When Freeman
was most hopelessly wrong he always began to parody Macaulay.
Corruptio optimi pessima. "Ark Raleigh" means Raleigh's ship, and
Froude took the name, "Ark Rawlie" as it was then spelt, from the
manuscripts at the Rolls House. He was of course right, and Freeman
was wrong. But that is not all. Freeman could easily have put himself
right if he had chosen to take the trouble. Edwards's Life of Raleigh
appeared in 1868, and a copy of it is in Freeman's library at Owens
College.

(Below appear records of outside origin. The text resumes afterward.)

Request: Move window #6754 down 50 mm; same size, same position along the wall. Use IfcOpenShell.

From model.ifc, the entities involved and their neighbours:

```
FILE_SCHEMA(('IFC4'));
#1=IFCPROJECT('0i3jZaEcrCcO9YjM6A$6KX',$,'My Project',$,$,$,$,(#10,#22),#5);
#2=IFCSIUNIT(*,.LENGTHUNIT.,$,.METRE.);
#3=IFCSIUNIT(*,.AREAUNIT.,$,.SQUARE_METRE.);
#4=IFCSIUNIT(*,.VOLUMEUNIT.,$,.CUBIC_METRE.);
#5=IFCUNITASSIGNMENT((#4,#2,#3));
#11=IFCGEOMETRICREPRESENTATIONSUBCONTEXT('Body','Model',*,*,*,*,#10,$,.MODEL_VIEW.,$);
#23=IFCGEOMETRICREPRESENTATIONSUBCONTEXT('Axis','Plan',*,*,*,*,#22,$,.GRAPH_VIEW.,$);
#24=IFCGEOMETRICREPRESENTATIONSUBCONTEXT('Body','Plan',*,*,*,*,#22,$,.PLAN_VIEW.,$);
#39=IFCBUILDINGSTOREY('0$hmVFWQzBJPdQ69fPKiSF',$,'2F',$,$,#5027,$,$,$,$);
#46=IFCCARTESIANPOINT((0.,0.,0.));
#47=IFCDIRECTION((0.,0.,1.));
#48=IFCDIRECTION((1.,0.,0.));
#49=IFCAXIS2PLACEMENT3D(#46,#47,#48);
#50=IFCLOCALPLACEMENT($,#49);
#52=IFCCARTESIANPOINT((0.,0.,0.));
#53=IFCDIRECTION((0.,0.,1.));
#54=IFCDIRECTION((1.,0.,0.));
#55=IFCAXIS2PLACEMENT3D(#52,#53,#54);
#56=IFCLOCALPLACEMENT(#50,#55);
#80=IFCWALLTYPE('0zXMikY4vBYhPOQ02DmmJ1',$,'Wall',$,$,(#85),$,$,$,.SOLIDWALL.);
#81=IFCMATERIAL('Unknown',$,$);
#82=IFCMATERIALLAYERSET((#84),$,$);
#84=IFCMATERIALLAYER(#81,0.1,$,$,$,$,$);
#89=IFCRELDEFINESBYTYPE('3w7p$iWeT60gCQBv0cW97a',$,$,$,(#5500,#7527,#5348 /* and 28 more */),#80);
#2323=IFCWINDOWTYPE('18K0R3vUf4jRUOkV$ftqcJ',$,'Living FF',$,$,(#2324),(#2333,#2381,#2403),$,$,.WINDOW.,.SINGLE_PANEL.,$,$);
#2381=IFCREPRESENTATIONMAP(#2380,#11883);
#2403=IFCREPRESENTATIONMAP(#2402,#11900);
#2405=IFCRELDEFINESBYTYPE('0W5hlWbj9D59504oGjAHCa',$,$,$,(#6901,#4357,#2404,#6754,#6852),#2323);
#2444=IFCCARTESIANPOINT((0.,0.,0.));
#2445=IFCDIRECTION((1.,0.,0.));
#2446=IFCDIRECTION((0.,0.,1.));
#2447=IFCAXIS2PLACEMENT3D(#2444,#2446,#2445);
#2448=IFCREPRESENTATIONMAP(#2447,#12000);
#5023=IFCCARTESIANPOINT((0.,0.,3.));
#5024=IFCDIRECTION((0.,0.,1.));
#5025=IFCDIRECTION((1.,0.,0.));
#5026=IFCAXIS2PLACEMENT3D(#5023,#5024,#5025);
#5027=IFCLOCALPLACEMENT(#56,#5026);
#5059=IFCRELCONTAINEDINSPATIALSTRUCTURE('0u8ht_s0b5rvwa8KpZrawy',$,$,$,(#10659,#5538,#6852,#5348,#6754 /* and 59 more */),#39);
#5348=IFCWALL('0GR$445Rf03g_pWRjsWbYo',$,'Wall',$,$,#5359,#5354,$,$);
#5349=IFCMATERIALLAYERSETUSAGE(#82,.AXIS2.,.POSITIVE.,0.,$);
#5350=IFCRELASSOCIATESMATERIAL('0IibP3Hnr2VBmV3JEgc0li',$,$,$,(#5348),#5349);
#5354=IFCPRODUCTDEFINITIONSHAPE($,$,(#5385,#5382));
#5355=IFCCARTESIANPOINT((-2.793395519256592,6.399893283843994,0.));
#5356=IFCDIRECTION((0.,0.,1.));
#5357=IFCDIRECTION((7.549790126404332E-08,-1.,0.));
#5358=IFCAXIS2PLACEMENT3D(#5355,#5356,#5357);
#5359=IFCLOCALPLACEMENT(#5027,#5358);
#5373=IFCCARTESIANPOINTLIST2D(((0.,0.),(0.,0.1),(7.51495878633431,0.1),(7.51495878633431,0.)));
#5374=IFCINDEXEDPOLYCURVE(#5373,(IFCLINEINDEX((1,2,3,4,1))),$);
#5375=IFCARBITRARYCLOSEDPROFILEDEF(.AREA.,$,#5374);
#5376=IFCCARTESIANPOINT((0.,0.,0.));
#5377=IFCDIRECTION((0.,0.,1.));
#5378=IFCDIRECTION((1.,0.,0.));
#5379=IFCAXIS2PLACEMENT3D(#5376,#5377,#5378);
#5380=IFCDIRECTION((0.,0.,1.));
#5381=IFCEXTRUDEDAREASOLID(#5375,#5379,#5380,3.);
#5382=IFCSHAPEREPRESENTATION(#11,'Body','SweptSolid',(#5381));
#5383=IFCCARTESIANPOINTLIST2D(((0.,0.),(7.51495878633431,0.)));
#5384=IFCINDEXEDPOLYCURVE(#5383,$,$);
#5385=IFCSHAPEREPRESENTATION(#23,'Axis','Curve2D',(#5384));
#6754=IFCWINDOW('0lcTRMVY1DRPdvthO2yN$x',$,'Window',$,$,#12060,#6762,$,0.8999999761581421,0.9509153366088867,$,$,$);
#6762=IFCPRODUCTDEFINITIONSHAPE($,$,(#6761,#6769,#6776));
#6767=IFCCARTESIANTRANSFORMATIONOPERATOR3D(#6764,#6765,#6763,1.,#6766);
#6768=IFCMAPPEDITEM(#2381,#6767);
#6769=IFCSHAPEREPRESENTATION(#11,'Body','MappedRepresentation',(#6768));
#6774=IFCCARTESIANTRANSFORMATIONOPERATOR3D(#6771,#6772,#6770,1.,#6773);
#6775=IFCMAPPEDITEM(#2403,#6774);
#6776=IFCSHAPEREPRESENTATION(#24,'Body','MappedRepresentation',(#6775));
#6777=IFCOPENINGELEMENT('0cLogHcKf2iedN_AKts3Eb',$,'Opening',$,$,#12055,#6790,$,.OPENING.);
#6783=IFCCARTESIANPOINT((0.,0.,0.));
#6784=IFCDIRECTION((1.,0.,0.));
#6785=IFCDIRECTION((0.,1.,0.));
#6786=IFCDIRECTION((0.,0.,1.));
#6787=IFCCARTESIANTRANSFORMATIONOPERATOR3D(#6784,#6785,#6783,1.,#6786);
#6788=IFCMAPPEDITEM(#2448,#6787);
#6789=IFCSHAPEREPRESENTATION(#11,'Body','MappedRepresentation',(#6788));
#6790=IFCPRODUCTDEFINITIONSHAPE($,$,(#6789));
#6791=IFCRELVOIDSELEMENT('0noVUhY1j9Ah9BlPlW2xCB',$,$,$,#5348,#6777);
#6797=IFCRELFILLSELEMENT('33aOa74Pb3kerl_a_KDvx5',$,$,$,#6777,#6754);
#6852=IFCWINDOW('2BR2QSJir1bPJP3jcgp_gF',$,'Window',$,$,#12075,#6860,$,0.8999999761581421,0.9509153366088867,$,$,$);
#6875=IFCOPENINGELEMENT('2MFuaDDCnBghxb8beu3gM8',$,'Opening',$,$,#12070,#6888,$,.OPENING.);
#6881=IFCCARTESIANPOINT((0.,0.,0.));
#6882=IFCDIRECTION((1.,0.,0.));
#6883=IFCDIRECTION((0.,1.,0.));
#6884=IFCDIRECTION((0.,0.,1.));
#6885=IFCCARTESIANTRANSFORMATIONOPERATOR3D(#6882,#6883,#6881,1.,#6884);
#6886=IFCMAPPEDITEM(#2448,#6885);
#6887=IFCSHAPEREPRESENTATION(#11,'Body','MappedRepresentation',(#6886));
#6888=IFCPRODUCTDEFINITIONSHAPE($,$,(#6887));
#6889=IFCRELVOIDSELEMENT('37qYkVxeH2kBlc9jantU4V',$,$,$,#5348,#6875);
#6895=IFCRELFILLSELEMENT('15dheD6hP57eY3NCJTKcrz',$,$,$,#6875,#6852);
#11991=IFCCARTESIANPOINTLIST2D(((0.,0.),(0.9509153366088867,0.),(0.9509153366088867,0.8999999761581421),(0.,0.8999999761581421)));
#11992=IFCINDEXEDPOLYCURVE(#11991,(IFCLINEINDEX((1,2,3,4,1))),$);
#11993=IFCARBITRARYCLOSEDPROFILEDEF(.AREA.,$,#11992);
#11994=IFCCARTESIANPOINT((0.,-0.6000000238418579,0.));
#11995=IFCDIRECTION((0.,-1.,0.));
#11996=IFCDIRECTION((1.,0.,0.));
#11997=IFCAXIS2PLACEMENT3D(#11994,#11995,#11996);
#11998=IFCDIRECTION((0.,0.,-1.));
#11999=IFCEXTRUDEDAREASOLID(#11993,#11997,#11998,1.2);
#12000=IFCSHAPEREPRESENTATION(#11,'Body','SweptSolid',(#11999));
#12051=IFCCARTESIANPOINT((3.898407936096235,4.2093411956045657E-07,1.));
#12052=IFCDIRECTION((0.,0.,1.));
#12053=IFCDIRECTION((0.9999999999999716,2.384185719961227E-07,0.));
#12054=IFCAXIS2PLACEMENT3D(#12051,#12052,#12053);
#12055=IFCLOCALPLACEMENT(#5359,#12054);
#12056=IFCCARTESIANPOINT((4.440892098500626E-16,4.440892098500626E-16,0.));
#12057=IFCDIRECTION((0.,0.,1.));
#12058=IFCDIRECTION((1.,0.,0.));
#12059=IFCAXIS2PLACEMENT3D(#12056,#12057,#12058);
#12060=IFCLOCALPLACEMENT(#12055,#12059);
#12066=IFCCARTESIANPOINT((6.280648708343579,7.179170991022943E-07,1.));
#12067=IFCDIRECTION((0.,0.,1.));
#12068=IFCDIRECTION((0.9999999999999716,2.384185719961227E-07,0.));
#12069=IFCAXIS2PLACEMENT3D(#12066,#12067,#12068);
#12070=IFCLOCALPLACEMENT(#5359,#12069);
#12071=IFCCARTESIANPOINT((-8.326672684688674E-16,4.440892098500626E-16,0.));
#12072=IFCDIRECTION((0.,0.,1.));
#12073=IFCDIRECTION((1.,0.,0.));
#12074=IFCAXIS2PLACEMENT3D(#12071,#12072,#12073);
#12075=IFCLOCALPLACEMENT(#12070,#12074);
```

```python
import numpy as np
import ifcopenshell
import ifcopenshell.api.geometry
import ifcopenshell.util.placement
import ifcopenshell.util.unit

model = ifcopenshell.open("model.ifc")
unit_scale = ifcopenshell.util.unit.calculate_unit_scale(model)

window = model.by_guid("0lcTRMVY1DRPdvthO2yN$x")
opening = window.FillsVoids[0].RelatingOpeningElement
dz = -0.05

shift = np.array([0.0, 0.0, dz])
# The window is placed relative to its opening, so it follows when the opening moves.
matrix = ifcopenshell.util.placement.get_local_placement(opening.ObjectPlacement)
matrix[:3, 3] += shift
ifcopenshell.api.geometry.edit_object_placement(
    model, product=opening, matrix=matrix, is_si=False, should_transform_children=True
)

print(f"moved by {dz * unit_scale:+.3f} m")

model.write("model_updated.ifc")
```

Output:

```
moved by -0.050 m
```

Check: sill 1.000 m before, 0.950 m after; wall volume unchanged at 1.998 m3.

Edwards gives an account of the Ark Raleigh, which was built
for Sir Humphrey Gilbert, Raleigh advancing two hundred pounds.
Freeman, however, need not have read this book to find out the truth.
For "the Ark Raleigh" occurs fourteen times in a Calendar of
Manuscripts from 1581 to 1590, published by Robert Lemon in 1865.
When Freeman was brought to book, and taxed with this gross blunder,
he pleaded that he "did a true verdict give according to such
evidence as came before him." The implied analogy is misleading.
Jurymen are bound by their oaths, and by their duty, to find a
verdict one way or the other. Freeman was under no obligation to say
anything about the Ark Raleigh. Prudence and ignorance might well
have restrained his pen.
Two blots in Froude's History Freeman may, I think, be acknowledged
to have hit. One was intellectual; the other was moral. It was pure
childishness to suggest that Froude had never heard of the peine
forte et dure, and only invincible prejudice could have dictated such
a sentence as "That Mr. Froude's law would be queer might be taken as
a matter of course."* Still, it is true, and a serious misfortune,
that Froude took very little interest in legal and constitutional
questions. For, while they had not the same importance in the
sixteenth century as they had in the seventeenth, they cannot be
disregarded to the extent in which Froude disregarded them without
detracting from the value of his book as a whole. He did not sit
down, like Hallam, to write a constitutional history, and he could
not be expected to deal with his subject from that special point of
view. Freeman's complaint, which is quite just, was that he neglected
almost entirely the relations of the Crown with the Houses of
Parliament and with the courts of law. The moral blot accounts for a
good deal of the indignation which Froude excited in minds far less
jaundiced than Freeman's. No one hated injustice more than Froude.